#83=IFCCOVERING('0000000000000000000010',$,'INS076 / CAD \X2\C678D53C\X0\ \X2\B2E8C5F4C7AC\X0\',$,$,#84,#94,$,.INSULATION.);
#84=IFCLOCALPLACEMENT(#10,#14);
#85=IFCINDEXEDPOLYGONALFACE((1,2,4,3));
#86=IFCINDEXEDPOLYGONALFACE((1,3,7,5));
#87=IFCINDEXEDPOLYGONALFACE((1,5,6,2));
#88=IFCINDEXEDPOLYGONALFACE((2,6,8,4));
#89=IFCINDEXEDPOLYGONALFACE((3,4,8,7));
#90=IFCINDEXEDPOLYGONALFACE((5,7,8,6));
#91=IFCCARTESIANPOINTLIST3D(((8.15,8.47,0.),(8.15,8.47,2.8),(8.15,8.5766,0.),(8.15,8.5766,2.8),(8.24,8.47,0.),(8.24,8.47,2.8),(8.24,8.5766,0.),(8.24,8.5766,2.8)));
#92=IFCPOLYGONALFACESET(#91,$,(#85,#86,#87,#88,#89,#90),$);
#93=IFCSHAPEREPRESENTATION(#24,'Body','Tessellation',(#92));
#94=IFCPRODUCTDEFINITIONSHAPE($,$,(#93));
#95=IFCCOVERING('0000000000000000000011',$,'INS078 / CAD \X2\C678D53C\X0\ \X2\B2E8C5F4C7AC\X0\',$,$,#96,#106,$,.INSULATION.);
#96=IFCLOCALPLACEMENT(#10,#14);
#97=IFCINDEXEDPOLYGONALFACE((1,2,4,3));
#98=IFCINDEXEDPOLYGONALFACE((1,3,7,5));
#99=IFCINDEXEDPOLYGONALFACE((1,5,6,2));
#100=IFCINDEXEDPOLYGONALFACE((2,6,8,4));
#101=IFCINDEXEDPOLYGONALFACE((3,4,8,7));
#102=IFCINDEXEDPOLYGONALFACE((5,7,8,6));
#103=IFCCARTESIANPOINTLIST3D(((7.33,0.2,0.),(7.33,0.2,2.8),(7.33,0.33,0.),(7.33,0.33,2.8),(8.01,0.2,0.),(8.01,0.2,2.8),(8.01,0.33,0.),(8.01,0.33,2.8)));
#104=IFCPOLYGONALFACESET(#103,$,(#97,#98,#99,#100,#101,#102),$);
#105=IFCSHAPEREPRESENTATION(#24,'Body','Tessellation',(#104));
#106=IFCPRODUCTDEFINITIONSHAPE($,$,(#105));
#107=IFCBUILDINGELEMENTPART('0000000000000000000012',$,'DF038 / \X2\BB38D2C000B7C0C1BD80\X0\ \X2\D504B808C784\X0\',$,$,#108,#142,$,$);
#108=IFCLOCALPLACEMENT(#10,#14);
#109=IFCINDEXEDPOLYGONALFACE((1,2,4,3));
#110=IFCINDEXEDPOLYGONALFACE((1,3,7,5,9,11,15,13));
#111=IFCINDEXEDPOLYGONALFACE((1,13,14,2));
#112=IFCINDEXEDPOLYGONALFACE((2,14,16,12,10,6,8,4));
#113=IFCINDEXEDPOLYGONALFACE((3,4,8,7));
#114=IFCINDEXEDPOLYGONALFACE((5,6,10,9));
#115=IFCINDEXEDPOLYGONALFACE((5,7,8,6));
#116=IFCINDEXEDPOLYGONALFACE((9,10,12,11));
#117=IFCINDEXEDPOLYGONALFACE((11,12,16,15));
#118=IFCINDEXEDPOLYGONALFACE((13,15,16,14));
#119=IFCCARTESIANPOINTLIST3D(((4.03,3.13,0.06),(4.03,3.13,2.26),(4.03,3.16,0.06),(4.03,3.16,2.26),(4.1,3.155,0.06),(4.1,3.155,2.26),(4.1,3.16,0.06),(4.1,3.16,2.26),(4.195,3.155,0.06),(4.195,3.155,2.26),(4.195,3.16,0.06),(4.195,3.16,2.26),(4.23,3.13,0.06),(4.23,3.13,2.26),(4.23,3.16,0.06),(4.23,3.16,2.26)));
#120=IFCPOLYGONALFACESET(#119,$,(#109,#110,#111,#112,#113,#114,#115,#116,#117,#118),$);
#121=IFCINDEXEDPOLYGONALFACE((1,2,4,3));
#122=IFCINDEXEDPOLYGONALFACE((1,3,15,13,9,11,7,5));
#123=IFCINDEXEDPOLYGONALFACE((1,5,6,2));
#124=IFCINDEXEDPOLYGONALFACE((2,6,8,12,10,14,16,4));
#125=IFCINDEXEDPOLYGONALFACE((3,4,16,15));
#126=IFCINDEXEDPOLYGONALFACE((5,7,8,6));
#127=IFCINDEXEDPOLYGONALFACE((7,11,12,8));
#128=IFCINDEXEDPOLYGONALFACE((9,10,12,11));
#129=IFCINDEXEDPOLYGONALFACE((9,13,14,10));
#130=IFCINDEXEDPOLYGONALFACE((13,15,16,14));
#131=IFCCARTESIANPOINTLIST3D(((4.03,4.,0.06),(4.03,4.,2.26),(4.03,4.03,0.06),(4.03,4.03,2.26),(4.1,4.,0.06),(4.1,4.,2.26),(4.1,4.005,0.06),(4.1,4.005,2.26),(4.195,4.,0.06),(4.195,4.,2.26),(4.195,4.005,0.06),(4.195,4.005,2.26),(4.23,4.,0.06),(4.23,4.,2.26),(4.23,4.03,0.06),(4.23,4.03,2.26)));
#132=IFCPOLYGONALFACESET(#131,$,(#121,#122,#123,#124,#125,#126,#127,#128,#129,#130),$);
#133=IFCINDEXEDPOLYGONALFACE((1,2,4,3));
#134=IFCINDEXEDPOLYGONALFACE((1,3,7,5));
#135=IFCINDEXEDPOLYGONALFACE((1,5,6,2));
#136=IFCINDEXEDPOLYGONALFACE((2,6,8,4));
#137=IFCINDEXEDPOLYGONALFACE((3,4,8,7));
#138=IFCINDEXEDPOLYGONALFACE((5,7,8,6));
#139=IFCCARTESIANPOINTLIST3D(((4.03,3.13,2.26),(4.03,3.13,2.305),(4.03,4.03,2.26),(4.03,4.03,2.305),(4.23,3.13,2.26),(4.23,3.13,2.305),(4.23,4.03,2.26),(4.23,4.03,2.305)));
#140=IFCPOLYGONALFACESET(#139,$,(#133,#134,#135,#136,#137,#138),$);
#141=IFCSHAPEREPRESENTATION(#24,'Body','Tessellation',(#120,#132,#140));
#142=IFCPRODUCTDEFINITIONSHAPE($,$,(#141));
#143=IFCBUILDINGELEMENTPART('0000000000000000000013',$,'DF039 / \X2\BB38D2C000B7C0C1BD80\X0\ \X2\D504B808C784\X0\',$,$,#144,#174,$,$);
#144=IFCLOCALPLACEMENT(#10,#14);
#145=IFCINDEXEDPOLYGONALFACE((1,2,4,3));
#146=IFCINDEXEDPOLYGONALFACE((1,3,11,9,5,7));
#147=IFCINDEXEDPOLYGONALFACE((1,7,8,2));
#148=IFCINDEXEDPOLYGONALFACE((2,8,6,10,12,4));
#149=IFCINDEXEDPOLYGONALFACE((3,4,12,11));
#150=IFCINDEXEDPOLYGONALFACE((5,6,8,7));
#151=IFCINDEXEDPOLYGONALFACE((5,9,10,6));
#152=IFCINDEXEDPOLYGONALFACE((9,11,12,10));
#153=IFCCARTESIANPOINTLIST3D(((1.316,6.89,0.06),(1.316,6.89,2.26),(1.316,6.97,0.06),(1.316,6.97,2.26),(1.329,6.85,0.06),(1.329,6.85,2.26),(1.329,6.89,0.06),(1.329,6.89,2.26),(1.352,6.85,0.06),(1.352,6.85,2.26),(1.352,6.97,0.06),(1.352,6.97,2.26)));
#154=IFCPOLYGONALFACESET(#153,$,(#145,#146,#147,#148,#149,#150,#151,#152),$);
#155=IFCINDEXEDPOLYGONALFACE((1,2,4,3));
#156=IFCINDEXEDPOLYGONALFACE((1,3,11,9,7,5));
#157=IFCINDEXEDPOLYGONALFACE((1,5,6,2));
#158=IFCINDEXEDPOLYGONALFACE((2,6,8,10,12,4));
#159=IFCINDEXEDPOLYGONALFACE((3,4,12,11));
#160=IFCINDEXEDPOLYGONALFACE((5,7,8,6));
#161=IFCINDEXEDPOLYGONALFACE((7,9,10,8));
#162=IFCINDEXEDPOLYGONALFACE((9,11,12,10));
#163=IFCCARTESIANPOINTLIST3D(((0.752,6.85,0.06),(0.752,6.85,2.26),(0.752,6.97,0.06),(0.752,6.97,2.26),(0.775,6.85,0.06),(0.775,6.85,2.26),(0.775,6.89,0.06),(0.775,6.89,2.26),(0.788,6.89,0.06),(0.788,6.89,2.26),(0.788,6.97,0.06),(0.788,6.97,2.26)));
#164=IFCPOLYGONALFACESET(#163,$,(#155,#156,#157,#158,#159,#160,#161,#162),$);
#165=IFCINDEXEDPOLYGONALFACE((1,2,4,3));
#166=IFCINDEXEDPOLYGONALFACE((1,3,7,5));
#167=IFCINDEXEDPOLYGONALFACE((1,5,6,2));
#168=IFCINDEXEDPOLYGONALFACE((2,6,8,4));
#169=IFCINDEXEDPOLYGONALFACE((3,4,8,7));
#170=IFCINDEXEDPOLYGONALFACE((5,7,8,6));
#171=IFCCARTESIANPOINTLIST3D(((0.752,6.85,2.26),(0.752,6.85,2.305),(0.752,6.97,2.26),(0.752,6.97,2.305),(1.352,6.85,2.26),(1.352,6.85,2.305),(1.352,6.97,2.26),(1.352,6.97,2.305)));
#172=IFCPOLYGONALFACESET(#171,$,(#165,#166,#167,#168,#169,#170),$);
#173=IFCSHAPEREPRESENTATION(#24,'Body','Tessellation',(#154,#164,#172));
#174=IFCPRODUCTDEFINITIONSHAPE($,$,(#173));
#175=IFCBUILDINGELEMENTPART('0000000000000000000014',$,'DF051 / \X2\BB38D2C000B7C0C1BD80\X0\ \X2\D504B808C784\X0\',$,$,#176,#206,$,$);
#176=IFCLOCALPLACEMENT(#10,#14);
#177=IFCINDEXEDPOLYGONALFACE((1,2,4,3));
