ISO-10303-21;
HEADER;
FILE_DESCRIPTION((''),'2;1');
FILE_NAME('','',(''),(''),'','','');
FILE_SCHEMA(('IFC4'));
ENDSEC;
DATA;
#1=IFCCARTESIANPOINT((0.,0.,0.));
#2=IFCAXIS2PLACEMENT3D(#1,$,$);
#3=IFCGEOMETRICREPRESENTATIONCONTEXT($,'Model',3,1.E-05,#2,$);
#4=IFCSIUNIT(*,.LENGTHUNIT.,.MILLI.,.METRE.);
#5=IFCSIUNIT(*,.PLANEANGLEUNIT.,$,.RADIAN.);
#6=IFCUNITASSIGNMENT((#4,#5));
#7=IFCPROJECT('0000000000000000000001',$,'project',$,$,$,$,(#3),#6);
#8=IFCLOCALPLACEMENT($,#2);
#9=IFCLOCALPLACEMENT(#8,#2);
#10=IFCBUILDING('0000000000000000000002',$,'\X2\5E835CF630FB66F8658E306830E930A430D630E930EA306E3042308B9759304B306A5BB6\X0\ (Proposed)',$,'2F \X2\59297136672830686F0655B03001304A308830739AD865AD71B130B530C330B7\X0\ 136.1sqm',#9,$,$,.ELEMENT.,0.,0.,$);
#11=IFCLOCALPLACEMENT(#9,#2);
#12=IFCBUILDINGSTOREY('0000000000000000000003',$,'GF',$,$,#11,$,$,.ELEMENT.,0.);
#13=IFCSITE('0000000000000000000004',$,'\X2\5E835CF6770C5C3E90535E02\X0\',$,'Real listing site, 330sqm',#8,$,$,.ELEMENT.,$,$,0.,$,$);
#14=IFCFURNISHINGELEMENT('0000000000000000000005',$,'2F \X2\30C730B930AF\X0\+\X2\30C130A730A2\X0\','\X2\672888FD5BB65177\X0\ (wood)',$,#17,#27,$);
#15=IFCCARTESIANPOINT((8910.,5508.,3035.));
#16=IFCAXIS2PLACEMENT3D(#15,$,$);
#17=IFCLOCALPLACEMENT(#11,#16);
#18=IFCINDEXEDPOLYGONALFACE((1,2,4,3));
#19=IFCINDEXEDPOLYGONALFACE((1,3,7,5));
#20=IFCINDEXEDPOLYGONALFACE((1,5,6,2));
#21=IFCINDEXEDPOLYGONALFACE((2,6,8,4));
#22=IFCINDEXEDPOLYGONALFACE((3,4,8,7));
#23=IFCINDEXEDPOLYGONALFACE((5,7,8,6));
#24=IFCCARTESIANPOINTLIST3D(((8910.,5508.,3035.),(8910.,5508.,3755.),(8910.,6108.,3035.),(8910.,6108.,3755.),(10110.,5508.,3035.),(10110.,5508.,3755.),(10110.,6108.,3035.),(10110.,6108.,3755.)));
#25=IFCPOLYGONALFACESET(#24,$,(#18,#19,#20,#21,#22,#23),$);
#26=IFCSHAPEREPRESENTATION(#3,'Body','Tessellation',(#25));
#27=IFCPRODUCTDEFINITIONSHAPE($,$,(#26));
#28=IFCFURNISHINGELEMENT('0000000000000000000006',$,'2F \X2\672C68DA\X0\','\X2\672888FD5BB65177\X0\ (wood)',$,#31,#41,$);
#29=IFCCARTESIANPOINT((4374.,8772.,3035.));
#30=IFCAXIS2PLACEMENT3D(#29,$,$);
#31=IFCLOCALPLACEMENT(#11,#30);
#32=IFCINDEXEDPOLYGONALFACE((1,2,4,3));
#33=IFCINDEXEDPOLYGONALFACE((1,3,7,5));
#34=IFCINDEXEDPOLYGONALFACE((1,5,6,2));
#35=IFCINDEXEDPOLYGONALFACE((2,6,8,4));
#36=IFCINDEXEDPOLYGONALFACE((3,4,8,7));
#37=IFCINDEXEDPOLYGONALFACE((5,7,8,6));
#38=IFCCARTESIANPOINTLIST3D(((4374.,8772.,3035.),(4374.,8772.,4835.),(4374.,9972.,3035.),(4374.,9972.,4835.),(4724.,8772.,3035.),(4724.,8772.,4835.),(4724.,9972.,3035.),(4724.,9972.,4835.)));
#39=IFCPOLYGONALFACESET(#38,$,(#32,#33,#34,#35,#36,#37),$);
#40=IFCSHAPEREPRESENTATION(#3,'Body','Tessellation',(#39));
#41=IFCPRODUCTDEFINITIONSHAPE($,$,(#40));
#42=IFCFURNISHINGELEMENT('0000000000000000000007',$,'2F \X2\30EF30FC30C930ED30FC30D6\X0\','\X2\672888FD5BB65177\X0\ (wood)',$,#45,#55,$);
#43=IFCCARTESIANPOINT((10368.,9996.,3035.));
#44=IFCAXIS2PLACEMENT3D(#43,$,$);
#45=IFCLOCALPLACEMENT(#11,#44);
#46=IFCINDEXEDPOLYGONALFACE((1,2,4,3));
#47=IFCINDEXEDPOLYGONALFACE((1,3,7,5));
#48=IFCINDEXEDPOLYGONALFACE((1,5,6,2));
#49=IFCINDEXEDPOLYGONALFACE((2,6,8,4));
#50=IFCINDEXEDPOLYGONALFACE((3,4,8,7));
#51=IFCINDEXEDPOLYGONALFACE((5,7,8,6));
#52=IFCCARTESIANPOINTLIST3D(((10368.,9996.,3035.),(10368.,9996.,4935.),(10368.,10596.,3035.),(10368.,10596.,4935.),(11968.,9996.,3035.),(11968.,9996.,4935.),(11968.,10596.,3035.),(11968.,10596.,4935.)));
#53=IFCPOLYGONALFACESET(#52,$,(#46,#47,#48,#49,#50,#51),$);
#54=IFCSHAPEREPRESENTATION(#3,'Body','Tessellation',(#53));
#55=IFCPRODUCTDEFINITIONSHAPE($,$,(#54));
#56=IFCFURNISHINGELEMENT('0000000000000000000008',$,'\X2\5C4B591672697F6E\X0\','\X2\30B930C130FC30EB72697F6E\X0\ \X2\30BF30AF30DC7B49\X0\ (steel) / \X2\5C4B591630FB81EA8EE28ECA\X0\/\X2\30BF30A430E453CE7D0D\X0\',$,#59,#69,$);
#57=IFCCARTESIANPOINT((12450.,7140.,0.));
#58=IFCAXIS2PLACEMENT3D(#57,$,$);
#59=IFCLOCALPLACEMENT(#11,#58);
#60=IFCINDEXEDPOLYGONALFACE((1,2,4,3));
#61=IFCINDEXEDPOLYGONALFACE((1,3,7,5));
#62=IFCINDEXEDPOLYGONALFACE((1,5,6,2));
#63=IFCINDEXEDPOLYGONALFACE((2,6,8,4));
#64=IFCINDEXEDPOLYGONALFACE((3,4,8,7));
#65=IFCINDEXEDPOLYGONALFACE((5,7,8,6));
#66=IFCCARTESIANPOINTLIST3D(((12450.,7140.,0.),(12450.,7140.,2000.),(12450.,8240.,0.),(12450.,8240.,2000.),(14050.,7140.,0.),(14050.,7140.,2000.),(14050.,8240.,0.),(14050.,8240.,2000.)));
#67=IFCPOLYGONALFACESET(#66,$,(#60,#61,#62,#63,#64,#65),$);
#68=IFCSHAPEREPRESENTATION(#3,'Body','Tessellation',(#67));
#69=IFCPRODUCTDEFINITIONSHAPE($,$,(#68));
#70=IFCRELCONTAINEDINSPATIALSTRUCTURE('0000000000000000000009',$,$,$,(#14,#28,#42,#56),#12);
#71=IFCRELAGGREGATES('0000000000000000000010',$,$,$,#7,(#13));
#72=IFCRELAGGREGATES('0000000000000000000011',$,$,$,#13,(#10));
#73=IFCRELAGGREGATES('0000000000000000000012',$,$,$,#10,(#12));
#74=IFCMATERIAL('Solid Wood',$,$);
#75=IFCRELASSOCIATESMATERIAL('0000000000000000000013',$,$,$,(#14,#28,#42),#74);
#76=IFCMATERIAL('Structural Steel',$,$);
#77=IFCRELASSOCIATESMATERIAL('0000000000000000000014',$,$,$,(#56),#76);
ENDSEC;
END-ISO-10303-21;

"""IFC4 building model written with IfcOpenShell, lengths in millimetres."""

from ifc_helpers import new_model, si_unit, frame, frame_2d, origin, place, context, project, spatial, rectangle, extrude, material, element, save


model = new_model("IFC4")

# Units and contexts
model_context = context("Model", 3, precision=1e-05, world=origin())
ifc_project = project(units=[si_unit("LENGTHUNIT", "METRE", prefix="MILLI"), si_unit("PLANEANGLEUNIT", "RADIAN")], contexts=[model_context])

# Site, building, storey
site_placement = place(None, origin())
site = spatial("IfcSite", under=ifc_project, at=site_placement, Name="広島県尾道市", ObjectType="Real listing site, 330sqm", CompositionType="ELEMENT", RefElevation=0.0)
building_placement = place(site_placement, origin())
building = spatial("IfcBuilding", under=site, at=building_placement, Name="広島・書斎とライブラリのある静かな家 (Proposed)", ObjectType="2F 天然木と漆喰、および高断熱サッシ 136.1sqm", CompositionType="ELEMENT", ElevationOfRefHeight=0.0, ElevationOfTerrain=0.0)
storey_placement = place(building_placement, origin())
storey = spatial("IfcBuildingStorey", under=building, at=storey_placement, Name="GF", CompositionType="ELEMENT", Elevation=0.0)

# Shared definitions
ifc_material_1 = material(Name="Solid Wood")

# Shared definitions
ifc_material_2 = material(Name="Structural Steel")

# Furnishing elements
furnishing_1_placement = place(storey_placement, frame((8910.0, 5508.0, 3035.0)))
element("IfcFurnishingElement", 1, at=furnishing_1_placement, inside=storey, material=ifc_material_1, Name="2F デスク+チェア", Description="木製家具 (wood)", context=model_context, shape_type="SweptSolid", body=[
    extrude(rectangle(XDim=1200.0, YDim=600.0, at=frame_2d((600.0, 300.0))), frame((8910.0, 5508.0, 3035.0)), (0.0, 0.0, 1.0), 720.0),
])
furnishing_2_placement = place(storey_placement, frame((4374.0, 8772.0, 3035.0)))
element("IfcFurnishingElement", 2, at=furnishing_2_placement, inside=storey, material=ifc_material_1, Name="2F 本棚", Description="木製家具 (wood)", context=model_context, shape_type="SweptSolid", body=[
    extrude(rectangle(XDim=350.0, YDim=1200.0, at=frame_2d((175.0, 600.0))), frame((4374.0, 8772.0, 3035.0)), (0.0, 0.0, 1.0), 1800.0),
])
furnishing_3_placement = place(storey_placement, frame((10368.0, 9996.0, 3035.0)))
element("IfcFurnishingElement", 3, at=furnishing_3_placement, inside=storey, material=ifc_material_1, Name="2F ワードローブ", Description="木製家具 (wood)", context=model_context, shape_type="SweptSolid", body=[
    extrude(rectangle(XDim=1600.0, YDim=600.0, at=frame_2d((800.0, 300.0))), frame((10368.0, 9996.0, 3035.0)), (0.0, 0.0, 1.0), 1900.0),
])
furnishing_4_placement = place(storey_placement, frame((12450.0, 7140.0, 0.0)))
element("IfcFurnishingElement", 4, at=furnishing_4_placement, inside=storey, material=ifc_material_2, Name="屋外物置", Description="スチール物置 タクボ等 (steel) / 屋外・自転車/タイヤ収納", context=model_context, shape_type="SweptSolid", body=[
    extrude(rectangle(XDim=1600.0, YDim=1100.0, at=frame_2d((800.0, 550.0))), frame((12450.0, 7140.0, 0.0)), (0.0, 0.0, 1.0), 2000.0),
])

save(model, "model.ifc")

========================================

• [WHAT THIS TASK INVOLVES]: Take the entries above and copy out all lines with the string "IFCSIUNIT".

• [OUTPUT FOR THIS EXERCISE]:
#4=IFCSIUNIT(*,.LENGTHUNIT.,.MILLI.,.METRE.);
#5=IFCSIUNIT(*,.PLANEANGLEUNIT.,$,.RADIAN.);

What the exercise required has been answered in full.